Collected data entries

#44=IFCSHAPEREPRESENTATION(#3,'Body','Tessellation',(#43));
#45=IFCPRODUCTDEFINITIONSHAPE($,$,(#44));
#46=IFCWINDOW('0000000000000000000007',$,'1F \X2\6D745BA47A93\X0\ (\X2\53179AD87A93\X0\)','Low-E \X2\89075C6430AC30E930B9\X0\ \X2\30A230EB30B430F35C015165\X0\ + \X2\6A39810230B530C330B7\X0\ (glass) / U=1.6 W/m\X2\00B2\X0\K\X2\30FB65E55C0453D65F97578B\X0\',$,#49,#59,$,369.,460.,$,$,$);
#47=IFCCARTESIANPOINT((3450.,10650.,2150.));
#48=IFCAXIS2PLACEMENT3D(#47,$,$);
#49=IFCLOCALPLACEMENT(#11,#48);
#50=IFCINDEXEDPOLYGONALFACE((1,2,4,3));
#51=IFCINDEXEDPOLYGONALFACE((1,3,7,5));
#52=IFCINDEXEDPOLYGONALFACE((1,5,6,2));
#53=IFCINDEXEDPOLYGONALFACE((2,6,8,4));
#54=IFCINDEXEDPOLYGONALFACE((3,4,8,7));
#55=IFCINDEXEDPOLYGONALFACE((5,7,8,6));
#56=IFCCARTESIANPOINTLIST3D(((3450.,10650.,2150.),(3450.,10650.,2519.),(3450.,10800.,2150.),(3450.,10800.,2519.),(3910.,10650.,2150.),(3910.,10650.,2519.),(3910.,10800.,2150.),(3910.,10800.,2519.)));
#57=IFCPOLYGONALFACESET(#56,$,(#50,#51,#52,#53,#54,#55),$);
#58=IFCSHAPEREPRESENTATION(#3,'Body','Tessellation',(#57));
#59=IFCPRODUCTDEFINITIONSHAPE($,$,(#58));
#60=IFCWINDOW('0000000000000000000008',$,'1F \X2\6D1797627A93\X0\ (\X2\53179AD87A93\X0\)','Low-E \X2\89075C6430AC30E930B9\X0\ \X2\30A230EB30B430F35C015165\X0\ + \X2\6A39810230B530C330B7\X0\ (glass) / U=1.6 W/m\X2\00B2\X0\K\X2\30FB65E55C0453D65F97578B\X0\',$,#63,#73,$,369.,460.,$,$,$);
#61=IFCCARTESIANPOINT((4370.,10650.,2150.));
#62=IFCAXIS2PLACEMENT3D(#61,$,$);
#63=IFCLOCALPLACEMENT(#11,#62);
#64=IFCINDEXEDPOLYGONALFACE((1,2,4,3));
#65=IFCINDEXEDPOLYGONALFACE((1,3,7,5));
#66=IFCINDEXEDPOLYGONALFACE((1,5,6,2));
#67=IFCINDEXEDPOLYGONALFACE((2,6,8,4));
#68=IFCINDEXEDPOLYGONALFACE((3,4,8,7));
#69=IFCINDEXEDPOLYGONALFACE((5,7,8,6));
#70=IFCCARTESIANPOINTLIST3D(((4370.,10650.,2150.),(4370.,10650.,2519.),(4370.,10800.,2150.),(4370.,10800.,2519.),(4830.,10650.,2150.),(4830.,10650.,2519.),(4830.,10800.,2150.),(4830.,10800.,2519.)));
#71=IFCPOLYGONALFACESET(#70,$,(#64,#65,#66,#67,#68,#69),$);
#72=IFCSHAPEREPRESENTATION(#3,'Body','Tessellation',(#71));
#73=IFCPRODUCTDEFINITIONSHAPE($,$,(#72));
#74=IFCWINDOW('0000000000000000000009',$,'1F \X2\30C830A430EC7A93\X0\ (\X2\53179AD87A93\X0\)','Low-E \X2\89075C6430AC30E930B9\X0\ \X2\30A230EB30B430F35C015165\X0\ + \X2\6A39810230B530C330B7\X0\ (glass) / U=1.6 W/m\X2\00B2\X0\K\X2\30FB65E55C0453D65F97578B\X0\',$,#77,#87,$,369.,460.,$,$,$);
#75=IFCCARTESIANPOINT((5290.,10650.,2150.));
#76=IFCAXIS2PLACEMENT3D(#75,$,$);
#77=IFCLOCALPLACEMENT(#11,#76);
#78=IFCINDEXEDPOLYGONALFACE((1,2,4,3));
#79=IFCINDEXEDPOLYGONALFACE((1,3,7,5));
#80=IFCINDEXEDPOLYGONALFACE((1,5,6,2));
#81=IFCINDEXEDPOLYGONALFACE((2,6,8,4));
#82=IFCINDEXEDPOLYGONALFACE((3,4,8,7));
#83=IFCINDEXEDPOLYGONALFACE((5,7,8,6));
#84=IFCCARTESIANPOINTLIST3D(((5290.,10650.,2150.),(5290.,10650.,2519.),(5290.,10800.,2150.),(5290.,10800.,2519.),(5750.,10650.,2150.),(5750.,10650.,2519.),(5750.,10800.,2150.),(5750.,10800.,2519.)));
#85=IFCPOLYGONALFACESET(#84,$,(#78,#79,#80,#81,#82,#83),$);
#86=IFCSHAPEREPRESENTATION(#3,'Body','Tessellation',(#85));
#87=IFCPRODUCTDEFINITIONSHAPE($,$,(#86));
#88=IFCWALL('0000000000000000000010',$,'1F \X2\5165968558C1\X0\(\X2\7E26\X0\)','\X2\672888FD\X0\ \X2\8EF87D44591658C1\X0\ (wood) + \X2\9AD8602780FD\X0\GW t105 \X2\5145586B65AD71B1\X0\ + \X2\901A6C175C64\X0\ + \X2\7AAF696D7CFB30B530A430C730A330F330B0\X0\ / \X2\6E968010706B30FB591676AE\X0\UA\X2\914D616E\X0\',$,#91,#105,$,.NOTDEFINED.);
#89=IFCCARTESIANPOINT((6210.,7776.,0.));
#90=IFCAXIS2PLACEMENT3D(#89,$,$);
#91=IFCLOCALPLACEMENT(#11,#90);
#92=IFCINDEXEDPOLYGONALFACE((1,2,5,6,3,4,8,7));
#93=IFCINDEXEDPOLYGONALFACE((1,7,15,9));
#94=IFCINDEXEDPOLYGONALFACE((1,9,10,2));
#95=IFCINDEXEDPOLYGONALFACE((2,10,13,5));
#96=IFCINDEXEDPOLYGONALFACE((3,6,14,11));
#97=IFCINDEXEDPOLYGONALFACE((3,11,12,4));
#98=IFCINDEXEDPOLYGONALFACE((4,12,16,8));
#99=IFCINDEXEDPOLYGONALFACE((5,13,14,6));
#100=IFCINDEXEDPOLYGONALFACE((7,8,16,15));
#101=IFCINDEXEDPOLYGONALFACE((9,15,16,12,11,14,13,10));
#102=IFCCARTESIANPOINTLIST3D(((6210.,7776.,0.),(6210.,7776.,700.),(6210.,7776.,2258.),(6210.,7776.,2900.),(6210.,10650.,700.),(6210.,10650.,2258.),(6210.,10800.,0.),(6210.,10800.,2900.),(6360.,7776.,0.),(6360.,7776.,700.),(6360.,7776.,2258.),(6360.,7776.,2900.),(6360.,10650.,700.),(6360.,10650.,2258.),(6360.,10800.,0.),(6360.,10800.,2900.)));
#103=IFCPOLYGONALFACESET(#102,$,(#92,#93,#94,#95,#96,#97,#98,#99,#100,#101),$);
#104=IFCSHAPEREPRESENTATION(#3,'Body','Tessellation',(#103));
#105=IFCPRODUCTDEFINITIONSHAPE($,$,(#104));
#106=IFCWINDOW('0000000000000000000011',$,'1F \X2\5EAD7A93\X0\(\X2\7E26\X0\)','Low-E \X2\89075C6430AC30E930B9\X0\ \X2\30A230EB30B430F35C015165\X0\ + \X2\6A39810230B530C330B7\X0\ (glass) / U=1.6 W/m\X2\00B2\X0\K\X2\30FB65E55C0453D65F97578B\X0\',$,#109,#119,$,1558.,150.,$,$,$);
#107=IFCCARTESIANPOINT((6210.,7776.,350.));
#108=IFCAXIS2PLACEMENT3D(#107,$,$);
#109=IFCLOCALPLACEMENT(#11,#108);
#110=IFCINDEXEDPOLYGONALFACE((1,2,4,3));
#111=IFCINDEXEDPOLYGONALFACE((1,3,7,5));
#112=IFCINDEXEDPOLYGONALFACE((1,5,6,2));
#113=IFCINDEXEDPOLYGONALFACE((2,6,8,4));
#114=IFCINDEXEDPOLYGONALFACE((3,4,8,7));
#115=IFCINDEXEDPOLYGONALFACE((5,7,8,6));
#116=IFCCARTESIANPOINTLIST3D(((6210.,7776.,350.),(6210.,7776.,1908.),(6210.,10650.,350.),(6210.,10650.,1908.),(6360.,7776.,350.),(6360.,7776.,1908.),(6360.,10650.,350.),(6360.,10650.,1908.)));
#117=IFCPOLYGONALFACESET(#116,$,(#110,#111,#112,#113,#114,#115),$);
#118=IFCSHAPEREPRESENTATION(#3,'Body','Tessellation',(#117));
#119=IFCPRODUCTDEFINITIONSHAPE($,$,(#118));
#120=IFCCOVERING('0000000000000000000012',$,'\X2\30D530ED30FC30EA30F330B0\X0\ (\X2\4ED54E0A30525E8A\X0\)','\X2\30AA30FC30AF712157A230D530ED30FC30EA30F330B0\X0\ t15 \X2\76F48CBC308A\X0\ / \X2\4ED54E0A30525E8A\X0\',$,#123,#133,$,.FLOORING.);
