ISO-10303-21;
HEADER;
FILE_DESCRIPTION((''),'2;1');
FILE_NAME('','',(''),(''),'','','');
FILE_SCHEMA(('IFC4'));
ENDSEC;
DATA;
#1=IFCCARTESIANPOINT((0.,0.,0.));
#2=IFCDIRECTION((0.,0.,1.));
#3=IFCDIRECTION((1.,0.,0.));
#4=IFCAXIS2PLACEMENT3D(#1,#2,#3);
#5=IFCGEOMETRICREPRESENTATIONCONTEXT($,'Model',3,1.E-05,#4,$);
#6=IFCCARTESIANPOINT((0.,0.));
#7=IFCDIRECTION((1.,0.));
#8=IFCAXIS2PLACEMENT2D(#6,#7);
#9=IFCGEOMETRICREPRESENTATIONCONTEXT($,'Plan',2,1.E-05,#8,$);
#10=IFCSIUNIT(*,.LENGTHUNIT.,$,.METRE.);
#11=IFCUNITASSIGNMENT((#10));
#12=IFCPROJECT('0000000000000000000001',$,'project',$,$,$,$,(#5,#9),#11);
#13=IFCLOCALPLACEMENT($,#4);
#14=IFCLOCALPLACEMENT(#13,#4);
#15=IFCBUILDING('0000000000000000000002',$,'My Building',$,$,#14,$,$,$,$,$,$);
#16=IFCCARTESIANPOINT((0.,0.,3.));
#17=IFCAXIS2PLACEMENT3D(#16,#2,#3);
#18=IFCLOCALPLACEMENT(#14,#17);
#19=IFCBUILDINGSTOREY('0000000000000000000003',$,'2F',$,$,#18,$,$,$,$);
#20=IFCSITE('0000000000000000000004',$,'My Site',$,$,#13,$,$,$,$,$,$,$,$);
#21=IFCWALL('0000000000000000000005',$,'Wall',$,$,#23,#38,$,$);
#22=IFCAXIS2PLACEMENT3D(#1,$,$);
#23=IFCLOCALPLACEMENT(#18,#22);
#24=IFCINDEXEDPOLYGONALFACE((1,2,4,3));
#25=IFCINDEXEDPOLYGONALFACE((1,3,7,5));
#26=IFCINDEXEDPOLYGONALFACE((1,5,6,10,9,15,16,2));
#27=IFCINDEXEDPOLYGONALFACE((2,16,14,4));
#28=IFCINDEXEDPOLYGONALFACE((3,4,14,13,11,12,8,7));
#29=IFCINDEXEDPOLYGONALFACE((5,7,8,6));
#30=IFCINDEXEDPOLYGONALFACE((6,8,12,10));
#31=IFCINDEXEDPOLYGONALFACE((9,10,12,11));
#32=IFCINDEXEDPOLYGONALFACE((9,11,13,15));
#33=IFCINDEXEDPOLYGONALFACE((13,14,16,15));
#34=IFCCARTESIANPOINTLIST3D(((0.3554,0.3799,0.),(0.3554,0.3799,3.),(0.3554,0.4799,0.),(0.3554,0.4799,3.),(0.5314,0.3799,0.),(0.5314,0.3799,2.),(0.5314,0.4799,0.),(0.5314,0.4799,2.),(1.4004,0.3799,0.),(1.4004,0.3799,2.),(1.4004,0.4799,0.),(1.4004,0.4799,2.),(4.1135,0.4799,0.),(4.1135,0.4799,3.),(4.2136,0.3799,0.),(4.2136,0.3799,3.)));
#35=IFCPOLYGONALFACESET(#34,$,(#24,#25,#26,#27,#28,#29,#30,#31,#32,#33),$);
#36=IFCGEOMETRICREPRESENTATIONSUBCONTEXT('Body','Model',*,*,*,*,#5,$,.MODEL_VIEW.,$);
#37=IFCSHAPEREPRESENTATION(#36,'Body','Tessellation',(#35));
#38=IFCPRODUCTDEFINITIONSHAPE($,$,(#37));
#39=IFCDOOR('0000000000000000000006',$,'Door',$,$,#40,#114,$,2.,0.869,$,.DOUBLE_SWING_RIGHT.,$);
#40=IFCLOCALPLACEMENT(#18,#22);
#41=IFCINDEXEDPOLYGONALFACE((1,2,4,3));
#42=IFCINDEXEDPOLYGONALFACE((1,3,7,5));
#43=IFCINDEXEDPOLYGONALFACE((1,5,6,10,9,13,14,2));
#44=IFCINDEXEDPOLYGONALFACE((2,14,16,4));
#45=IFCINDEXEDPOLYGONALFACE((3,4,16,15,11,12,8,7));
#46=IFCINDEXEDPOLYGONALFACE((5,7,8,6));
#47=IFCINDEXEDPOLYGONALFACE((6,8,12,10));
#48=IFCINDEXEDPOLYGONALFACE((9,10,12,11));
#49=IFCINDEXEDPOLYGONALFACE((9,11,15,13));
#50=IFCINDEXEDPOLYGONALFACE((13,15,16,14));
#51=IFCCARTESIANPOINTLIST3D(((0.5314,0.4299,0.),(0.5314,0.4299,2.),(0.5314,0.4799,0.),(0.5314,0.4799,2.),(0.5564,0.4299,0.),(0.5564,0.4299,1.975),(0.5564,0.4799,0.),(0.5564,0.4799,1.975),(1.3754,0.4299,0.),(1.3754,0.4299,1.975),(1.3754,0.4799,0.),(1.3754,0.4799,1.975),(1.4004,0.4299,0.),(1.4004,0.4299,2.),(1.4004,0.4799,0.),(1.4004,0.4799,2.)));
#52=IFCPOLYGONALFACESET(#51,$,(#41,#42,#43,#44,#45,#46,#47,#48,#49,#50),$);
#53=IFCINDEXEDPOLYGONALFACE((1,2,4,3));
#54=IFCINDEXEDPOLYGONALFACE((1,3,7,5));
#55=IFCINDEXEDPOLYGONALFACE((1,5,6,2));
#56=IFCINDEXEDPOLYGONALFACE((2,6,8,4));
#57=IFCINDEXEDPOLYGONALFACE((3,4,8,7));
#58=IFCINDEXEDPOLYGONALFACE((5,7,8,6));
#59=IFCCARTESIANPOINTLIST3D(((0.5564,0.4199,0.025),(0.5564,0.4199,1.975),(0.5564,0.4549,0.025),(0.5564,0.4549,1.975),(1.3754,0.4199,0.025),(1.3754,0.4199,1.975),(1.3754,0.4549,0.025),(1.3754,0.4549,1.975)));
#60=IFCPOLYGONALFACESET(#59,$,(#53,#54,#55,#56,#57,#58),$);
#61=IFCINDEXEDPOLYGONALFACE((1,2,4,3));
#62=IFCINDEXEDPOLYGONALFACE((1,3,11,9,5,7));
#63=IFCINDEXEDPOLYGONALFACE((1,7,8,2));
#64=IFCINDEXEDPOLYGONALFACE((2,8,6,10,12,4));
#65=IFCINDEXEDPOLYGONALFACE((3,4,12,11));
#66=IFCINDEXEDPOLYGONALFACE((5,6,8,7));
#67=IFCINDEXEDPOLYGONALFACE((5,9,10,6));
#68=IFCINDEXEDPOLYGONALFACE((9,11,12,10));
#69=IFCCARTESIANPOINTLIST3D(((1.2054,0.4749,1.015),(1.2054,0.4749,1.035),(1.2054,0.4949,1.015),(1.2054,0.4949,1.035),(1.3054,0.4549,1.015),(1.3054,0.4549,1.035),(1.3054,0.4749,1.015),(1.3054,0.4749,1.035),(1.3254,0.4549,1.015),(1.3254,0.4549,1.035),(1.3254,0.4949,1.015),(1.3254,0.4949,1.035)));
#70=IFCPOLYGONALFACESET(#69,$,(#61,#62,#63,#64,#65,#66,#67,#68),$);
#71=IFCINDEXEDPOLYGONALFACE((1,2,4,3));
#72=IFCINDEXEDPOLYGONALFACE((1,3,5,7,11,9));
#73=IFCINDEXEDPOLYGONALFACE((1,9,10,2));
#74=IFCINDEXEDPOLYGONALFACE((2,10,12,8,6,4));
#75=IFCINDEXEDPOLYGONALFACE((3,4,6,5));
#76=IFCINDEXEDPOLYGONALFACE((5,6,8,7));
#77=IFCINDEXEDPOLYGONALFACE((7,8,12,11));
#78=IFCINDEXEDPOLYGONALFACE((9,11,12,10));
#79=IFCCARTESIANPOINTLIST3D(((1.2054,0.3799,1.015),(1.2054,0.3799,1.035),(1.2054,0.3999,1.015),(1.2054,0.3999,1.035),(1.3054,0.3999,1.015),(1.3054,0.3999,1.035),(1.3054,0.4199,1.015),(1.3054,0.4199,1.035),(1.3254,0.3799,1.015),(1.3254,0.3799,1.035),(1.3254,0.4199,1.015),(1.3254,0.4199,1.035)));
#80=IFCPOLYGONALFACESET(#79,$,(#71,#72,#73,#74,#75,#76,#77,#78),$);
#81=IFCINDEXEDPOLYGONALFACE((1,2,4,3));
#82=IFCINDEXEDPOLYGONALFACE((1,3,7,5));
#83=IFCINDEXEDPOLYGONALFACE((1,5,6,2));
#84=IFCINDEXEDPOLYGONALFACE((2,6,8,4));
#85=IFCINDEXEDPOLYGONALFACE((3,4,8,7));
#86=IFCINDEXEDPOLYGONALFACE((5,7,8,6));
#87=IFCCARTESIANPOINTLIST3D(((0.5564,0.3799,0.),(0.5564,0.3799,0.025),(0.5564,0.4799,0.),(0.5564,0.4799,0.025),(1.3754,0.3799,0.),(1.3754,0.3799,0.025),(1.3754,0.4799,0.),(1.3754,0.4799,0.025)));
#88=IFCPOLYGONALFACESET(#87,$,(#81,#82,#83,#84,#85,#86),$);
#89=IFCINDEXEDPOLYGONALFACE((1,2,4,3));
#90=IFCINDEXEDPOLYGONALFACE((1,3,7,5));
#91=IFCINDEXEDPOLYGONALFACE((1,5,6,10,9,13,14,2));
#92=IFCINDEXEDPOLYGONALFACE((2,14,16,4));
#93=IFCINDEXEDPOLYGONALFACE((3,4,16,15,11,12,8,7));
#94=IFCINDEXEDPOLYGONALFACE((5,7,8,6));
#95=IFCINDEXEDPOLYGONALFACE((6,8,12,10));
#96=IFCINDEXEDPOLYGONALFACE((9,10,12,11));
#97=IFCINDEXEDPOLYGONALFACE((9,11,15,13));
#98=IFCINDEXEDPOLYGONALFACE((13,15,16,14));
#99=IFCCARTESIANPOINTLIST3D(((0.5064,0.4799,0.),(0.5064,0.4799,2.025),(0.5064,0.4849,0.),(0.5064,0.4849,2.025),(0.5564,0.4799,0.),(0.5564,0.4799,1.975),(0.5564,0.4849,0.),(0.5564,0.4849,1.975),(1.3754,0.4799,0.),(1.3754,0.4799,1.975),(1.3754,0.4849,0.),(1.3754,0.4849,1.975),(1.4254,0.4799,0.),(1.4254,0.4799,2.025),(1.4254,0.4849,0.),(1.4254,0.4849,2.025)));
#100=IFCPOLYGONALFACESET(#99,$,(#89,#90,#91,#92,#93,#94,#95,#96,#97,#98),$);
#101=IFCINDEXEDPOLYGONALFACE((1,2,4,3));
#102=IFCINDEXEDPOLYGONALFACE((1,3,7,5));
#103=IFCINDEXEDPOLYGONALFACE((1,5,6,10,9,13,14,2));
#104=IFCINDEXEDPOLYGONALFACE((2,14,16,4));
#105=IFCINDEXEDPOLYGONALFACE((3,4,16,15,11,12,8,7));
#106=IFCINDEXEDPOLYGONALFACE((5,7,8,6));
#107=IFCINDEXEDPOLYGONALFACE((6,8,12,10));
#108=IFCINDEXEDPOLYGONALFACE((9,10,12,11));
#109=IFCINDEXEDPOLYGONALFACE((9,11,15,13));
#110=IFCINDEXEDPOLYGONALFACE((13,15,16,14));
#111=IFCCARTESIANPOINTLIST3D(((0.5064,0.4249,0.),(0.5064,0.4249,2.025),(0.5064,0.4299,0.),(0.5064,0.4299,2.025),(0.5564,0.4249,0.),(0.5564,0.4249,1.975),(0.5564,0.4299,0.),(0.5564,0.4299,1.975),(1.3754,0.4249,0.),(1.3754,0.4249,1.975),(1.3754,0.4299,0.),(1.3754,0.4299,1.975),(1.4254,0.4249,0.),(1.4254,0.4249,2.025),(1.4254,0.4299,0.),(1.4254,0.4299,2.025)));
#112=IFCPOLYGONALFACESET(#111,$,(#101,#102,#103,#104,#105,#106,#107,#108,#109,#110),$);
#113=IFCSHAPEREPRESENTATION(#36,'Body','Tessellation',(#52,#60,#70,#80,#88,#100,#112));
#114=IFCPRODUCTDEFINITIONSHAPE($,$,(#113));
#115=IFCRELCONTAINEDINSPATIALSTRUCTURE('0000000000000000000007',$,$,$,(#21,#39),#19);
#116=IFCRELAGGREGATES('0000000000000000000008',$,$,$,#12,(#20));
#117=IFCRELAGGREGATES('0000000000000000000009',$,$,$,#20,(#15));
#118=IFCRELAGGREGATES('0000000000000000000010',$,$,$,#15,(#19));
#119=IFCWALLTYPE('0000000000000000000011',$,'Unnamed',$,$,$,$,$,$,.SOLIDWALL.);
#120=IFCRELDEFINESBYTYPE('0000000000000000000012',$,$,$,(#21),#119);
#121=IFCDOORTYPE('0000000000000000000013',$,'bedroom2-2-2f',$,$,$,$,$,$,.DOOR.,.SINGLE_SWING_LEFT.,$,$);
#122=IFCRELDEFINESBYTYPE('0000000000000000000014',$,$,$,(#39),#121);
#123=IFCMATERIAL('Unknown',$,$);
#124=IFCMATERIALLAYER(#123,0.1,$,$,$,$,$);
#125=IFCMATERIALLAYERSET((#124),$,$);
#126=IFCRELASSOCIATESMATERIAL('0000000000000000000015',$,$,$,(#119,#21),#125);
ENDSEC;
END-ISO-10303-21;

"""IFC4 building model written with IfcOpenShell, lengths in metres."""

from ifc_helpers import new_model, entity, si_unit, frame, origin_with_axes, origin_2d_with_axis, place, context, subcontext, project, spatial, line, indexed_curve, outline, extrude, shape, source, transform, mapped, material, layer, layer_set, layer_usage, type_object, type_shapes, element, fill, save


model = new_model("IFC4")

# Units and contexts
model_context = context("Model", 3, precision=1e-05, world=origin_with_axes())
plan_context = context("Plan", 2, precision=1e-05, world=origin_2d_with_axis())
body_context_1 = subcontext(model_context, "Body", "Model", "MODEL_VIEW")
body_context_2 = subcontext(plan_context, "Body", "Plan", "PLAN_VIEW")
ifc_project = project(units=[si_unit("LENGTHUNIT", "METRE")], contexts=[model_context, plan_context])

# Site, building, storey
site_placement = place(None, origin_with_axes())
site = spatial("IfcSite", under=ifc_project, at=site_placement, Name="My Site")
building_placement = place(site_placement, origin_with_axes())
building = spatial("IfcBuilding", under=site, at=building_placement, Name="My Building")
storey_placement = place(building_placement, frame((0.0, 0.0, 3.0), z_axis=(0.0, 0.0, 1.0), x_axis=(1.0, 0.0, 0.0)))
storey = spatial("IfcBuildingStorey", under=building, at=storey_placement, Name="2F")

# Shared definitions
ifc_material = material(Name="Unknown")

# Shared definitions
ifc_layer_1 = layer(ifc_material, 0.1)
ifc_layer_set_1 = layer_set([ifc_layer_1])
wall_type = type_object("IfcWallType", Name="Unnamed", PredefinedType="SOLIDWALL", material=ifc_layer_set_1)

# Wall, opening, door
ifc_layer_usage_1 = layer_usage(ifc_layer_set_1, "AXIS2", "POSITIVE", 0.0)
wall_1_placement = place(storey_placement, frame((0.3554, 0.3799, 0.0), z_axis=(0.0, 0.0, 1.0), x_axis=(1.0, 0.0, 0.0)))
wall_1 = element("IfcWall", 1, at=wall_1_placement, inside=storey, type_object=wall_type, material=ifc_layer_usage_1, Name="Wall", context=body_context_1, shape_type="SweptSolid", body=[
    extrude(outline(indexed_curve([(0.0, 0.0), (0.0, 0.1), (3.7582, 0.1), (3.8582, 0.0)], segments=[line(1, 2, 3, 4, 1)])), origin_with_axes(), (0.0, 0.0, 1.0), 3.0),
])
shared_shape_1 = source(origin_with_axes(), body_context_1, "Body", "SweptSolid", [
    extrude(outline(indexed_curve([(0.0, 0.0), (0.869, 0.0), (0.869, 2.0), (0.0, 2.0)], segments=[line(1, 2, 3, 4, 1)])), frame((0.0, -0.6, 0.0), z_axis=(0.0, -1.0, 0.0), x_axis=(1.0, 0.0, 0.0)), (0.0, 0.0, -1.0), 1.2),
])
opening_1_placement = place(wall_1_placement, frame((1.045, 0.1, 0.0), z_axis=(0.0, 0.0, 1.0), x_axis=(-1.0, 0.000001, 0.0)))
opening_1 = element("IfcOpeningElement", 2, at=opening_1_placement, cuts=wall_1, PredefinedType="OPENING", context=body_context_1, shape_type="MappedRepresentation", body=[
    mapped(shared_shape_1, transform((0.0, 0.0, 0.0), x_axis=(1.0, 0.0, 0.0), y_axis=(0.0, 1.0, 0.0), z_axis=(0.0, 0.0, 1.0), scale=1.0)),
])
door_type_1 = type_object("IfcDoorType", Name="bedroom2-2-2f", OperationType="SINGLE_SWING_LEFT", PredefinedType="DOOR")
shared_shape_2 = source(origin_with_axes(), body_context_1, "Body", "SweptSolid", [
    extrude(outline(indexed_curve([(0.0, 0.0), (0.0, 2.0), (0.869, 2.0), (0.869, 0.0), (0.844, 0.0), (0.844, 1.975), (0.025, 1.975), (0.025, 0.0)], segments=[line(1, 2, 3, 4, 5, 6, 7, 8, 1)])), frame((0.0, 0.0, 0.0), z_axis=(0.0, -1.0, 0.0), x_axis=(1.0, 0.0, 0.0)), (0.0, 0.0, -1.0), 0.05),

WORK INSTRUCTIONS – Look through the data above and return exactly the lines from the one that contains "#66=IFCINDEXEDPOLYGONALFACE((1,5,6,2));" to the one that contains "#69=IFCINDEXEDPOLYGONALFACE((5,7,8,6));", inclusive, with nothing else.

SOLUTION –
#66=IFCINDEXEDPOLYGONALFACE((1,5,6,2));
#67=IFCINDEXEDPOLYGONALFACE((2,6,8,4));
#68=IFCINDEXEDPOLYGONALFACE((3,4,8,7));
#69=IFCINDEXEDPOLYGONALFACE((5,7,8,6));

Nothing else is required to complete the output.